Joseph Votel, a retired general who once led U.S. forces in the Middle East, has also opposed the policy, as has former ambassador to Israel and Egypt Daniel Kurtzer, who recently advised the Biden administration to instead “focus its energy on engaging the Houthis and reassuring Saudi Arabia.”
Administration officials are currently brainstorming alternative policy shifts to reassure Arab partners and signal toughness to the Houthis, one source familiar with the decision-making process told HuffPost. Last week, Biden approved nearly $90 million in new weapons sales to the Saudis and Emiratis.
Meanwhile, lawmakers opposed to the move are mobilizing to influence Biden. Sen. Chris Murphy (D-Conn.) is actively reaching out to colleagues to highlight the possible toll of reimposing the designation.
The move “shuts down commercial food imports to Yemen. That is nothing that any member of Congress wants on their conscience and something I hope the administration doesn’t want either,” Murphy told HuffPost on Wednesday. “So I know it sounds good, because the Houthis are terrible. And you can call them whatever you want. But this particular designation comes with real consequences and it’s starvation … I think there’ll be bipartisan pushback.”
Preparing For The Worst
Aid groups are lobbying against the potential designation while preparing for it to rip through Yemen’s fragile communities — cutting off medicine, driving up food prices and starving children.

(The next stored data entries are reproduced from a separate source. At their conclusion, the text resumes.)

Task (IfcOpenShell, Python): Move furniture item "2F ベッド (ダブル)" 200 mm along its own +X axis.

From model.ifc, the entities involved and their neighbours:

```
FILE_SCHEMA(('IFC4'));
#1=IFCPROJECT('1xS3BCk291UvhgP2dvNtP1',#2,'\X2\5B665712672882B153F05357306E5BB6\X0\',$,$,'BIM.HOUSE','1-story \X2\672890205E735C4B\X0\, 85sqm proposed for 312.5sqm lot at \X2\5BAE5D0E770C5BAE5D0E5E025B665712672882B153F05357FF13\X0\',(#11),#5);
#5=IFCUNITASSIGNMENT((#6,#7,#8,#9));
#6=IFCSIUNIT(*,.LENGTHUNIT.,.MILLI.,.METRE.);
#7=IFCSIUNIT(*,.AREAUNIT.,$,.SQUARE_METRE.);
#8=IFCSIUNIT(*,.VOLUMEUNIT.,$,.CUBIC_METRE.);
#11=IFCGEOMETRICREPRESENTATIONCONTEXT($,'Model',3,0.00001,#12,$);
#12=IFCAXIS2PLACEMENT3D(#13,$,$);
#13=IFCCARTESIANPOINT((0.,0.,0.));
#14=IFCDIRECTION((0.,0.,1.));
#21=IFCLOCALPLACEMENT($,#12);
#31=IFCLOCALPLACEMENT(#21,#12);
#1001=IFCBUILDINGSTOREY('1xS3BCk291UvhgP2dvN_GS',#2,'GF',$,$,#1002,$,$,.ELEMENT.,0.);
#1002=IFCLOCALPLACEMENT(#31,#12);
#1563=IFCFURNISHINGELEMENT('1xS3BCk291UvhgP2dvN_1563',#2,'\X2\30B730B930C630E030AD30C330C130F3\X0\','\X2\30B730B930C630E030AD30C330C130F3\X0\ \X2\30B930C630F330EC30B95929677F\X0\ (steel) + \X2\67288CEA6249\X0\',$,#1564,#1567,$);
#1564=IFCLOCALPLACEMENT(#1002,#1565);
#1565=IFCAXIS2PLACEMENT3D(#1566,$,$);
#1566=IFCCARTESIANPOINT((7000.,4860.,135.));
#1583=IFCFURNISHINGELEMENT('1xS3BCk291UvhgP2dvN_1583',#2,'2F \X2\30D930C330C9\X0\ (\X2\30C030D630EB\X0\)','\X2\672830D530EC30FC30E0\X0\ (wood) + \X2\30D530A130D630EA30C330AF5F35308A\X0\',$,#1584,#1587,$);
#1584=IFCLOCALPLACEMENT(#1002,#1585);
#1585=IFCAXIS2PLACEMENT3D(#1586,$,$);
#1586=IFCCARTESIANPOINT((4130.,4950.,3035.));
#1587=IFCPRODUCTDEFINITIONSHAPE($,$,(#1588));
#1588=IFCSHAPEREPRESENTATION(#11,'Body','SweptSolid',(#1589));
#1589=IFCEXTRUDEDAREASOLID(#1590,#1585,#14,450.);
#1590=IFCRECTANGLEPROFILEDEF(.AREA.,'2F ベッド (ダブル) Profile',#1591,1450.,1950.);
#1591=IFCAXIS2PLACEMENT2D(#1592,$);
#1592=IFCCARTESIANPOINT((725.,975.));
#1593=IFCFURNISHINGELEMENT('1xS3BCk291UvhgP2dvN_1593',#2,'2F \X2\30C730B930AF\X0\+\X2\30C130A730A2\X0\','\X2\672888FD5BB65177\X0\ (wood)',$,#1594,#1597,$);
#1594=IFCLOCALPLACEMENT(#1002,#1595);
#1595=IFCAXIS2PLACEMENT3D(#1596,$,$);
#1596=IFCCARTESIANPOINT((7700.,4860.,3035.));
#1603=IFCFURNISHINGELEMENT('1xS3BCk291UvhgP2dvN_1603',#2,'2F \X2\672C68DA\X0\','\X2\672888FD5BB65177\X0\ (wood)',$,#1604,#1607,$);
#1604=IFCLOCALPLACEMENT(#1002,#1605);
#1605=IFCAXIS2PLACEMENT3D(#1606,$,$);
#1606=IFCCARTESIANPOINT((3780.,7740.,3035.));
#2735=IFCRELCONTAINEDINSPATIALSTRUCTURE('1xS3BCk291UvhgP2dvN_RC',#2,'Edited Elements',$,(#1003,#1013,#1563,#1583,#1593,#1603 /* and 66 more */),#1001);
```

```python
import ifcopenshell
import ifcopenshell.api.geometry
import ifcopenshell.util.placement
import ifcopenshell.util.unit

model = ifcopenshell.open("model.ifc")
unit_scale = ifcopenshell.util.unit.calculate_unit_scale(model)

item = model.by_guid("1xS3BCk291UvhgP2dvN_1583")
matrix = ifcopenshell.util.placement.get_local_placement(item.ObjectPlacement)
matrix[:3, 3] += matrix[:3, 0] * 0.2 / unit_scale
ifcopenshell.api.geometry.edit_object_placement(model, product=item, matrix=matrix, is_si=False)

print(ifcopenshell.util.placement.get_local_placement(item.ObjectPlacement).round(3) + 0.0)

model.write("model_rev.ifc")
```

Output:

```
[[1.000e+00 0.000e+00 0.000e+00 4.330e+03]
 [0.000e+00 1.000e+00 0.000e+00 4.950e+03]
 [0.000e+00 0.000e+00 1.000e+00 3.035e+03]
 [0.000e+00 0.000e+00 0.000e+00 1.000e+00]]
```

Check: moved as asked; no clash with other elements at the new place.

“We know exactly how it’s going to play out: a year ago pharmaceutical companies began canceling their plans to send needed supplies to Yemen — despite licenses in place. This is of course a core humanitarian need, especially during the COVID-19 pandemic,” said Scott Paul of Oxfam America.
He added that banks would likely severely limit transactions with Yemenis for fear of incurring American sanctions, which would make any transactions harder, from businesses paying for imports to Yemenis abroad sending remittances to family members.
Amanda Catanzano of the International Rescue Committee told HuffPost that if Biden imposes the label, he would “cut an already collapsing economy to its knees.”
“There’s a lot of people already not getting the aid they need … this would happen against that backdrop,” she added, noting that budget shortfalls last year meant that aid went from reaching 9 million Yemenis in need to fewer than 7 million. “Humanitarian exemptions [to sanctions] can go part of the way but are rarely sufficient … it would be trying to run up a downward escalator.”
Before Trump imposed the designation, importers and banks already began pulling back from Yemen in anticipation, humanitarian experts say; the longer there is uncertainty about Biden’s decision, the greater the risk for that to happen again.
Arthur Delaney contributed reporting.